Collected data

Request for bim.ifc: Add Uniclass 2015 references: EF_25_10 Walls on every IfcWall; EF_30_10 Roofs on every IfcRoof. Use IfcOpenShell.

First a look at what the model holds.

```python
import ifcopenshell

model = ifcopenshell.open("bim.ifc")
print(model.schema)
print("classifications:", [c.Name for c in model.by_type("IfcClassification")])
for ifc_class in ("IfcDoor", "IfcRoof", "IfcStair", "IfcWall", "IfcWindow"):
    print(ifc_class, len(model.by_type(ifc_class)))
```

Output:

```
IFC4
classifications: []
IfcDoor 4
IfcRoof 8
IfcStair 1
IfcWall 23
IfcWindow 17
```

```python
import ifcopenshell
import ifcopenshell.api.classification

model = ifcopenshell.open("bim.ifc")

system = ifcopenshell.api.classification.add_classification(model, classification="Uniclass 2015")

codes = {
    "IfcWall": ("EF_25_10", "Walls"),
    "IfcRoof": ("EF_30_10", "Roofs"),
}
for ifc_class, (code, name) in codes.items():
    products = model.by_type(ifc_class)
    ifcopenshell.api.classification.add_reference(
        model, products=products, classification=system, identification=code, name=name
    )
    print(code, len(products))

model.write("bim-out.ifc")
```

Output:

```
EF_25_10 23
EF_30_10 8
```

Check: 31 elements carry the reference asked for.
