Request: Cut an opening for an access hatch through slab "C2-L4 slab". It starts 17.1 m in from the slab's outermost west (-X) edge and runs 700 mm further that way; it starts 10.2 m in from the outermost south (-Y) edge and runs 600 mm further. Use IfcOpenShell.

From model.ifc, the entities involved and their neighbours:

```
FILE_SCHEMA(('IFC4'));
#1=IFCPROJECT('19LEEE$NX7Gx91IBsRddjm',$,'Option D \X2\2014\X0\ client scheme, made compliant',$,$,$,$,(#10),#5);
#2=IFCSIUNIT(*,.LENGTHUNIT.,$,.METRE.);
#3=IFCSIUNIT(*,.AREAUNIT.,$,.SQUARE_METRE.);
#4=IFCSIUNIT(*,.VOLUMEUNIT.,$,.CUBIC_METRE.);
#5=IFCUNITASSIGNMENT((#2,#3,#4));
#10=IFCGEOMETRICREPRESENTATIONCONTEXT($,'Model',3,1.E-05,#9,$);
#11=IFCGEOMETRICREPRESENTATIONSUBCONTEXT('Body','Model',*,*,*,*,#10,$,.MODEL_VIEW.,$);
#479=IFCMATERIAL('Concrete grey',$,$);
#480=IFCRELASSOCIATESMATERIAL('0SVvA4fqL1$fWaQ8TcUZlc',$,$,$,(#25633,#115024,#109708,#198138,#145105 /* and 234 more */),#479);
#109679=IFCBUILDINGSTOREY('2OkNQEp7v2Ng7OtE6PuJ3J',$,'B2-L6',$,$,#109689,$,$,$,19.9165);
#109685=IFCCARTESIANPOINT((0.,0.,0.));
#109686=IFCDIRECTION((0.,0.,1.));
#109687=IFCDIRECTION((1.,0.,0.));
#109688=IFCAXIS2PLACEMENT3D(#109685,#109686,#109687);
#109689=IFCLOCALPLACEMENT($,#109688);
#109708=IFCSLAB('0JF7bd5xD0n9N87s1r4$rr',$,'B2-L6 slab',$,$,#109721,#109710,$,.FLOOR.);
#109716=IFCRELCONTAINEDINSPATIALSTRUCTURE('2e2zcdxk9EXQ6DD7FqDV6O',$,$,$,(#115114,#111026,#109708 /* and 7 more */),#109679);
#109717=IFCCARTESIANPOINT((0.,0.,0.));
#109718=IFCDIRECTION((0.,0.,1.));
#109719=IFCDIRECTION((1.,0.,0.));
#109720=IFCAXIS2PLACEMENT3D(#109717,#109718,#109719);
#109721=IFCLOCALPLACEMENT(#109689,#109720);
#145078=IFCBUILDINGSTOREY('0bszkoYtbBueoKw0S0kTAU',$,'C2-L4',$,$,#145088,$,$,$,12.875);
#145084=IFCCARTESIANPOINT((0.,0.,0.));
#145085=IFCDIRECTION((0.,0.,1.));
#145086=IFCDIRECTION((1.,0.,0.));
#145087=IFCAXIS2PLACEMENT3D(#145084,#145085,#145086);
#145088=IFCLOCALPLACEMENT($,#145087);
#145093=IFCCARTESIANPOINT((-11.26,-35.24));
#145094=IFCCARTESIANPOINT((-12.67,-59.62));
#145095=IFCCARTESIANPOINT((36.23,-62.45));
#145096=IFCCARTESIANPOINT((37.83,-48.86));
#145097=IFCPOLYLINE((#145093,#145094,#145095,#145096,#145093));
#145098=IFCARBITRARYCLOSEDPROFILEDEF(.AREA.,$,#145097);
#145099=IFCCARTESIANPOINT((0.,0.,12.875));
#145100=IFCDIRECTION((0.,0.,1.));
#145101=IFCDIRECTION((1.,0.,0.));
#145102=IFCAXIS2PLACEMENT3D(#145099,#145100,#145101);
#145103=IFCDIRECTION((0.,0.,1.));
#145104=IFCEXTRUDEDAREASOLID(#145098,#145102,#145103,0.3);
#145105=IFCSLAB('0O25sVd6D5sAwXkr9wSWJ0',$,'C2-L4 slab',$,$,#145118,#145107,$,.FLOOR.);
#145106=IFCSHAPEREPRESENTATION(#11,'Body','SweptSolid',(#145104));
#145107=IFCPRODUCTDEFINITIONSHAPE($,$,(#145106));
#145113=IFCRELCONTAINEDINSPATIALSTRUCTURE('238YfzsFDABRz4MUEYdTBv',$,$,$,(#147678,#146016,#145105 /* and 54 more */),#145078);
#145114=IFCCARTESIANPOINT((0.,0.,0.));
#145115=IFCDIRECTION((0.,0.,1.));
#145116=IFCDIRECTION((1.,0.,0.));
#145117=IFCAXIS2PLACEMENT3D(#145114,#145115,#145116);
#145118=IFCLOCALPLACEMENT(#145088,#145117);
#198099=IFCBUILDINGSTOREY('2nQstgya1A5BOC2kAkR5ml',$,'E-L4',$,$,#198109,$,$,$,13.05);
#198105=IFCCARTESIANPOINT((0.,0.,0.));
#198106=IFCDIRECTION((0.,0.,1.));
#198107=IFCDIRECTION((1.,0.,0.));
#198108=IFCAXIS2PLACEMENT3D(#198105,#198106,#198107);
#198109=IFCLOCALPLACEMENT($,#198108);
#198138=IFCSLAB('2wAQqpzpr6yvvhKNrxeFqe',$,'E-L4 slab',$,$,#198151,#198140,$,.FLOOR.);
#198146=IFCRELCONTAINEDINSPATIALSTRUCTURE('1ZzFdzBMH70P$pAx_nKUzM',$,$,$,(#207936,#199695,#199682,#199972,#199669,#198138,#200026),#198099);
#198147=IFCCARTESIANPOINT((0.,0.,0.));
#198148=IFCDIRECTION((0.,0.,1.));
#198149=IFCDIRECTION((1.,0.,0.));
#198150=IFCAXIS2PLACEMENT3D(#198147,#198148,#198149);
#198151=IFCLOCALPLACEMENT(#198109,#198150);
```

```python
import numpy as np
import ifcopenshell
import ifcopenshell.api.feature
import ifcopenshell.api.geometry
import ifcopenshell.api.root
import ifcopenshell.geom
import ifcopenshell.util.placement
import ifcopenshell.util.representation
import ifcopenshell.util.shape
import ifcopenshell.util.unit

model = ifcopenshell.open("model.ifc")
unit_scale = ifcopenshell.util.unit.calculate_unit_scale(model)
settings = ifcopenshell.geom.settings()


def volume(element):
    """Net volume in cubic metres, openings subtracted."""
    shape = ifcopenshell.geom.create_shape(settings, element)
    return ifcopenshell.util.shape.get_volume(shape.geometry)


slab = model.by_guid("0O25sVd6D5sAwXkr9wSWJ0")
before = volume(slab)

# Extent in the slab's own axes, in metres. The edges named are its -X and -Y sides.
slab_shape = ifcopenshell.geom.create_shape(settings, slab)
vertices = ifcopenshell.util.shape.get_vertices(slab_shape.geometry)
x_min, y_min, bottom = vertices.min(axis=0)
top = vertices[:, 2].max()

opening = ifcopenshell.api.root.create_entity(model, ifc_class="IfcOpeningElement", name="Access hatch opening", predefined_type="OPENING")
context = ifcopenshell.util.representation.get_context(model, "Model", "Body", "MODEL_VIEW")
width, depth = 0.7, 0.6
outline = [(0.0, 0.0), (width, 0.0), (width, depth), (0.0, depth), (0.0, 0.0)]
# Overshoot both faces by 50 mm so the cut is clean.
shape = ifcopenshell.api.geometry.add_slab_representation(
    model, context=context, depth=top - bottom + 0.1, polyline=outline
)
ifcopenshell.api.geometry.assign_representation(model, product=opening, representation=shape)

matrix = ifcopenshell.util.placement.get_local_placement(slab.ObjectPlacement)
matrix[:, 3] = matrix @ np.append(np.array([x_min + 17.1, y_min + 10.2, bottom - 0.05]) / unit_scale, 1.0)
ifcopenshell.api.geometry.edit_object_placement(model, product=opening, matrix=matrix, is_si=False)
ifcopenshell.api.feature.add_feature(model, feature=opening, element=slab)

after = volume(slab)

print(f"slab volume {before:.3f} -> {after:.3f} m3")

model.write("model_rev.ifc")
```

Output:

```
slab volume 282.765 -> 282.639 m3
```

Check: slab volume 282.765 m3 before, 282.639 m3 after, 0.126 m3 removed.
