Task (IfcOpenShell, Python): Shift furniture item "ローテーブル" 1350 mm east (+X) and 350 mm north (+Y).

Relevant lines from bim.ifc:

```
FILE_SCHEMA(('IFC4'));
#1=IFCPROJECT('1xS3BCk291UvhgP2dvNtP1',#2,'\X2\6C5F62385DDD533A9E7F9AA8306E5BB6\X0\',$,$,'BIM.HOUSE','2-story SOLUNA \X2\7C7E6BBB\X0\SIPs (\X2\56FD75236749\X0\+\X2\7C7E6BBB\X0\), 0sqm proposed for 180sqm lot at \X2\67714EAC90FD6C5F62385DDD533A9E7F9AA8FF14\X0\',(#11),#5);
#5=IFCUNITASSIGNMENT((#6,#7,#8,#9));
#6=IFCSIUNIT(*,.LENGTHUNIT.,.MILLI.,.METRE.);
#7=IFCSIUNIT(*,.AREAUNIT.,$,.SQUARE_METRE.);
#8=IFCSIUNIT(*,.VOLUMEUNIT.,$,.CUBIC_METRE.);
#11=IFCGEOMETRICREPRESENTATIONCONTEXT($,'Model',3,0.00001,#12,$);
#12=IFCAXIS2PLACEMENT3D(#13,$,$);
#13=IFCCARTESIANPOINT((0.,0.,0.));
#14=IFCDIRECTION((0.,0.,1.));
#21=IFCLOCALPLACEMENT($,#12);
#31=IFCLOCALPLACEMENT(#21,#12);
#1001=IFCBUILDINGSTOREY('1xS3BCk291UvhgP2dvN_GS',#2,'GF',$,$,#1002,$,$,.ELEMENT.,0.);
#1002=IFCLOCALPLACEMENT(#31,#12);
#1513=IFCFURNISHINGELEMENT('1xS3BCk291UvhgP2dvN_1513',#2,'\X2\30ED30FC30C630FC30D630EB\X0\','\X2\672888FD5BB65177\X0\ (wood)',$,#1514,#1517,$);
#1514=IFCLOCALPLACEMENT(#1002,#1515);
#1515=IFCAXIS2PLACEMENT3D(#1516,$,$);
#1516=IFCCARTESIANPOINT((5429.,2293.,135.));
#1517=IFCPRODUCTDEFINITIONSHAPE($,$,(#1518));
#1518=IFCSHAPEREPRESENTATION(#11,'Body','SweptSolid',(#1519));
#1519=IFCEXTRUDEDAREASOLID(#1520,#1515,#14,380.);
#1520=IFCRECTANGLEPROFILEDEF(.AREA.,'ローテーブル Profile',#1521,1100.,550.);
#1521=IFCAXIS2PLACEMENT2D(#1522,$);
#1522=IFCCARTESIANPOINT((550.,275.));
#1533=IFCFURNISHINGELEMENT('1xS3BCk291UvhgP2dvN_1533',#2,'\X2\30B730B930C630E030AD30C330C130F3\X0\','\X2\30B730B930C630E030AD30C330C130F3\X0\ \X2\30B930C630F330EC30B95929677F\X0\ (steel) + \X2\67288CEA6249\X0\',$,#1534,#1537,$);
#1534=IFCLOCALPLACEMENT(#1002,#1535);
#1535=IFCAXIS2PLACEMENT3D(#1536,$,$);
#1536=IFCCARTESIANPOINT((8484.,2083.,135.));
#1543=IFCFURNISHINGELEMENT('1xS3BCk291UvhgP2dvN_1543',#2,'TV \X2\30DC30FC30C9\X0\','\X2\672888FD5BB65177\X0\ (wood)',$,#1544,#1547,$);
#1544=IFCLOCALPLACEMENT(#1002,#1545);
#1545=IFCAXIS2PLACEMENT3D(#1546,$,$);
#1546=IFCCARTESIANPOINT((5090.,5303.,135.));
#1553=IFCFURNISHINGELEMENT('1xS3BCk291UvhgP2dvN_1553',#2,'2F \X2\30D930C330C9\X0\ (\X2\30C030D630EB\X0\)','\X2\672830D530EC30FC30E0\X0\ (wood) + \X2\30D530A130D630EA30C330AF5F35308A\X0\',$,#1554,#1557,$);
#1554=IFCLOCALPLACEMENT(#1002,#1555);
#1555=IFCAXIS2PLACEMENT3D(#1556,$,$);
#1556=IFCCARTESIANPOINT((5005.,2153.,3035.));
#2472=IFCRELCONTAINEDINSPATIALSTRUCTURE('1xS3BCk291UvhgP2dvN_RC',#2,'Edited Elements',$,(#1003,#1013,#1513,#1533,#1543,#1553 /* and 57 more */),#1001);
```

```python
import ifcopenshell
import ifcopenshell.api.geometry
import ifcopenshell.util.placement
import ifcopenshell.util.unit

model = ifcopenshell.open("bim.ifc")
unit_scale = ifcopenshell.util.unit.calculate_unit_scale(model)

item = model.by_id(1513)
matrix = ifcopenshell.util.placement.get_local_placement(item.ObjectPlacement)
matrix[0, 3] += 1.35 / unit_scale
matrix[1, 3] += 0.35 / unit_scale
ifcopenshell.api.geometry.edit_object_placement(model, product=item, matrix=matrix, is_si=False)

print(ifcopenshell.util.placement.get_local_placement(item.ObjectPlacement).round(3) + 0.0)

model.write("bim_v2.ifc")
```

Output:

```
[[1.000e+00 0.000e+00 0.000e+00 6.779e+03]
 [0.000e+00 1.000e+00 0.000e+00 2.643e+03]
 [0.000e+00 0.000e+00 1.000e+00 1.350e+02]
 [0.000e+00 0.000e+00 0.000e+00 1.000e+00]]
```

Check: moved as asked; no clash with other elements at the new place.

=== TASK GOAL ===
Set aside each line above that includes the string "IFCUNITASSIGNMENT" and report it.

=== RESULT BELOW ===
#5=IFCUNITASSIGNMENT((#2,#3,#4));
#5=IFCUNITASSIGNMENT((#6,#7,#8,#9));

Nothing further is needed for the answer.